ABSTRACT Epidemiological studies identify early life exposure to pyrethroids as a threatening risk factor for attention-deficit hyperactivity disorder (ADHD). Because the reported risk of exposure is within no-observed-adverse-effect level (NOAEL) guidelines, environmental exposure to pyrethroids could be an underestimated leading cause of ADHD and other neurodevelopmental disorders in the general population. Animal models of early-life exposure to the pyrethroid pesticide deltamethrin (DM), a potent highly lipophilic molecule that accumulates in the brain, recapitulate ADHD-like behavior through disruption of dopamine signaling in the nucleus accumbens, one of the brain regions implicated in the human disease. Yet, the mechanism of toxicity of DM in other developing brain regions has not yet been determined. Preliminary work from our group indicates that DM exposure disrupts brain derived extracellular vesicles (BDEVs), molecules involved in communication between cells and regulating the pathophysiology of several diseases. Further, early-life exposure to DM disrupts long-term potentiation in the hippocampus, a phenomenon underlying learning and memory formation which is disrupted in childhood ADHD. Building on this premise, we propose to characterize the altered biogenesis of BDEVs and its role in synaptic injury induced by early-life exposure to DM (Aim 1) and to determine whether BDEVs derived from DM early-life exposure are sufficient to induce DM synaptic and behavioral phenotypes associated with hippocampal function in naïve animals (Aim 2). Outcomes of this study will provide new insights into the molecular-based understanding of risk factors for neurodevelopmental disorders providing guidance for therapeutic development against exposure.

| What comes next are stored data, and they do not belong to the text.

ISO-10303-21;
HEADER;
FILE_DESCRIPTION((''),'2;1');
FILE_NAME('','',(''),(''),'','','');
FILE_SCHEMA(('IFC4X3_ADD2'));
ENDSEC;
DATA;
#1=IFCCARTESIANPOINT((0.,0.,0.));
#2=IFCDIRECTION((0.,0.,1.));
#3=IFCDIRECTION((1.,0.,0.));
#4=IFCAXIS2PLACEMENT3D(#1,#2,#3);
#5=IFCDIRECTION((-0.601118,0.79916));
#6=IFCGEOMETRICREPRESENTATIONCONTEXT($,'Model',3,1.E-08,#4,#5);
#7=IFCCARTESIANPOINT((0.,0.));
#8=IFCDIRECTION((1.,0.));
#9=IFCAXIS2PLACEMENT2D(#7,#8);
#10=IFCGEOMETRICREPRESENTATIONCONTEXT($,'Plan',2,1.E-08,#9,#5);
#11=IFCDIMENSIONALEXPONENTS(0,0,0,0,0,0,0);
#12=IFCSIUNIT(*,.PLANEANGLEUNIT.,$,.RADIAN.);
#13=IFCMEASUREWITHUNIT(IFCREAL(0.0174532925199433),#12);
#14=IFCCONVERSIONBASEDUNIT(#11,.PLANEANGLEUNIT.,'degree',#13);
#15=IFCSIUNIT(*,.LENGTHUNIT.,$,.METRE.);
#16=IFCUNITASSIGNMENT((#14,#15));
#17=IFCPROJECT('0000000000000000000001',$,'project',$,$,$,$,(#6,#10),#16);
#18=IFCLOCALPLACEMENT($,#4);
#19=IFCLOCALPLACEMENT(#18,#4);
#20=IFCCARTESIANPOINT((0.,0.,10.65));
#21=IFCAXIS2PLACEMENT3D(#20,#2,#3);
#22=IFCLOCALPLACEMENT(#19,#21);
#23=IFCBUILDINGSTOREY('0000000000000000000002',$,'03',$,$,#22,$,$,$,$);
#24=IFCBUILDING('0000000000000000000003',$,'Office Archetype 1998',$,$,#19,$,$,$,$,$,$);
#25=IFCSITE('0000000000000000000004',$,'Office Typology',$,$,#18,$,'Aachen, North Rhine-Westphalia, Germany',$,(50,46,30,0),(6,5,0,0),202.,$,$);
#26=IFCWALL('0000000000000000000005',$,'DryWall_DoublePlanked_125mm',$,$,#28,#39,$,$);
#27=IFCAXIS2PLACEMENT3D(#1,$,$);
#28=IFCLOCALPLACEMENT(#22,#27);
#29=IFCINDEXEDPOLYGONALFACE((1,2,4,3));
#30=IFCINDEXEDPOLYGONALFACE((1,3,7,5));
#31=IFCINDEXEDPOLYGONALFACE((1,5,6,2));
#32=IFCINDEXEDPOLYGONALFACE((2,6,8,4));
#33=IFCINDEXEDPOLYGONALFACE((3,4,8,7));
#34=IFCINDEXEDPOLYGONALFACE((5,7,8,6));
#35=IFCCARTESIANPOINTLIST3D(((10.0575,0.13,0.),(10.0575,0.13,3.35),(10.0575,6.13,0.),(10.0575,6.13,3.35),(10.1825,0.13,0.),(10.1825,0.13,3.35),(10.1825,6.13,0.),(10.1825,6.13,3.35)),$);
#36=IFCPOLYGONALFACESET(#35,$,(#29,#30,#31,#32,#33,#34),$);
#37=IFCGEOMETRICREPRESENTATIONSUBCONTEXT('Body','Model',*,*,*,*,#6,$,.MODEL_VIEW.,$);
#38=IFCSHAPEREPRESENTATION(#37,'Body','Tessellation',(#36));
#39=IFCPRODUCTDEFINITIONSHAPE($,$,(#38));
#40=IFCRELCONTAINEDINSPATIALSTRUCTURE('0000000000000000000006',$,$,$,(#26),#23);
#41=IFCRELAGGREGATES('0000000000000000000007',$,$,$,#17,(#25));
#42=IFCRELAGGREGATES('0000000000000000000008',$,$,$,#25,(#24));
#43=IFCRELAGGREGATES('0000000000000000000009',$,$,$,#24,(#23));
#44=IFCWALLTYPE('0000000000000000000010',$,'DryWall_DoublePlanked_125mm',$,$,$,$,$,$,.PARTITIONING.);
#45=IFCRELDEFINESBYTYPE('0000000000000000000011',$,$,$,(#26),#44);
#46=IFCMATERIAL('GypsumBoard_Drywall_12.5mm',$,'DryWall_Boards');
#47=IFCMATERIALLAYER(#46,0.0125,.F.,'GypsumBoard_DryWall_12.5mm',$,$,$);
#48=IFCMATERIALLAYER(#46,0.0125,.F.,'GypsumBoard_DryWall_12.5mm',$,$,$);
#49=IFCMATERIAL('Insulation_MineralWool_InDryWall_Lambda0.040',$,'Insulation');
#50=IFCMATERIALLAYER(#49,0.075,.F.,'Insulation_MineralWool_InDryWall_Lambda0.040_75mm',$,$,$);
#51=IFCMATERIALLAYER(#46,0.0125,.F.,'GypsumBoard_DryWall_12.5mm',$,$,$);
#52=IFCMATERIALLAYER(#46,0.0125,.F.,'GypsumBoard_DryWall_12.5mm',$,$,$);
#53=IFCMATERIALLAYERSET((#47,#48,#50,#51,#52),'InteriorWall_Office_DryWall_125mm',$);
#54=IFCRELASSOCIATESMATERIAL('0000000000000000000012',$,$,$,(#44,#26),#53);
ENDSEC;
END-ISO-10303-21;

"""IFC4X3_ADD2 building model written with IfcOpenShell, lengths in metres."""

from ifc_helpers import new_model, entity, si_unit, converted_unit, direction, frame, origin_with_axes, origin_2d_with_axis, place, context, subcontext, project, spatial, line, indexed_curve, outline, extrude, material, layer, layer_set, layer_usage, type_object, element, save


model = new_model("IFC4X3_ADD2")

# Units and contexts
model_context = context("Model", 3, precision=1e-08, world=origin_with_axes(), true_north=direction((-0.601118, 0.79916)))
plan_context = context("Plan", 2, precision=1e-08, world=origin_2d_with_axis(), true_north=direction((-0.601118, 0.79916)))
body_context = subcontext(model_context, "Body", "Model", "MODEL_VIEW")
ifc_project = project(units=[converted_unit("PLANEANGLEUNIT", "degree", entity("IfcReal", 0.0174532925199433), si_unit("PLANEANGLEUNIT", "RADIAN"), dimensions=[0, 0, 0, 0, 0, 0, 0]), si_unit("LENGTHUNIT", "METRE")], contexts=[model_context, plan_context])

# Site, building, storey
site_placement = place(None, origin_with_axes())
site = spatial("IfcSite", under=ifc_project, at=site_placement, Name="Office Typology", LongName="Aachen, North Rhine-Westphalia, Germany", RefLatitude=(50, 46, 30, 0), RefLongitude=(6, 5, 0, 0), RefElevation=202.0)
building_placement = place(site_placement, origin_with_axes())
building = spatial("IfcBuilding", under=site, at=building_placement, Name="Office Archetype 1998")
storey_placement = place(building_placement, frame((0.0, 0.0, 10.65), z_axis=(0.0, 0.0, 1.0), x_axis=(1.0, 0.0, 0.0)))
storey = spatial("IfcBuildingStorey", under=building, at=storey_placement, Name="03")

# Wall
ifc_material_1 = material(Name="GypsumBoard_Drywall_12.5mm", Category="DryWall_Boards")
ifc_layer_1 = layer(ifc_material_1, 0.0125, ventilated=False, Name="GypsumBoard_DryWall_12.5mm")
ifc_layer_2 = layer(ifc_material_1, 0.0125, ventilated=False, Name="GypsumBoard_DryWall_12.5mm")
ifc_material_2 = material(Name="Insulation_MineralWool_InDryWall_Lambda0.040", Category="Insulation")
ifc_layer_3 = layer(ifc_material_2, 0.075, ventilated=False, Name="Insulation_MineralWool_InDryWall_Lambda0.040_75mm")
ifc_layer_4 = layer(ifc_material_1, 0.0125, ventilated=False, Name="GypsumBoard_DryWall_12.5mm")
ifc_layer_5 = layer(ifc_material_1, 0.0125, ventilated=False, Name="GypsumBoard_DryWall_12.5mm")
ifc_layer_set_1 = layer_set([ifc_layer_1, ifc_layer_2, ifc_layer_3, ifc_layer_4, ifc_layer_5], Name="InteriorWall_Office_DryWall_125mm")
wall_type_1 = type_object("IfcWallType", Name="DryWall_DoublePlanked_125mm", PredefinedType="PARTITIONING", material=ifc_layer_set_1)
ifc_layer_usage_1 = layer_usage(ifc_layer_set_1, "AXIS2", "POSITIVE", 0.0)
wall_1_placement = place(storey_placement, frame((10.0575, 6.13, 0.0), z_axis=(0.0, 0.0, 1.0), x_axis=(0.0, -1.0, 0.0)))
element("IfcWall", 1, at=wall_1_placement, inside=storey, type_object=wall_type_1, material=ifc_layer_usage_1, Name="DryWall_DoublePlanked_125mm", context=body_context, shape_type="SweptSolid", body=[
    extrude(outline(indexed_curve([(0.0, 0.0), (0.0, 0.125), (6.0, 0.125), (6.0, 0.0)], segments=[line(1, 2, 3, 4, 1)])), origin_with_axes(), (0.0, 0.0, 1.0), 3.35),
])

save(model, "model.ifc")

摘要 流行病学研究确定生命早期暴露于拟除虫菊酯是注意力缺陷的一个危险因素 多动症（ADHD）。因为报告的暴露风险在无明显不良作用水平内 （NOAEL）指南，拟除虫菊酯的环境暴露可能是ADHD的一个被低估的主要原因 和其他神经发育障碍的患者。生命早期暴露于 拟除虫菊酯杀虫剂溴氰菊酯（DM）是一种在大脑中积累的强效高度亲脂性分子， 通过破坏多巴胺信号传导来重现ADHD样行为，多巴胺信号传导是 与人类疾病有关的大脑区域然而，DM在其他发育脑中的毒性机制 地区尚未确定。我们小组的初步工作表明，DM暴露会扰乱大脑 衍生的细胞外囊泡（BDEV），参与细胞之间的通讯和调节细胞增殖的分子。 几种疾病的病理生理学。此外，生命早期暴露于DM会破坏大脑皮层的长时程增强。 海马体，一种在儿童多动症中被破坏的学习和记忆形成的基础现象。 在此前提下，我们提出了BDEV的生物发生改变及其在突触中的作用， 早期生活暴露于DM诱导的损伤（目的1），并确定BDEV是否来源于DM早期生活 暴露足以诱导与海马功能相关的DM突触和行为表型 在幼稚动物中（目标2）。这项研究的结果将为基于分子的 了解神经发育障碍的危险因素，为治疗开发提供指导 防止暴露。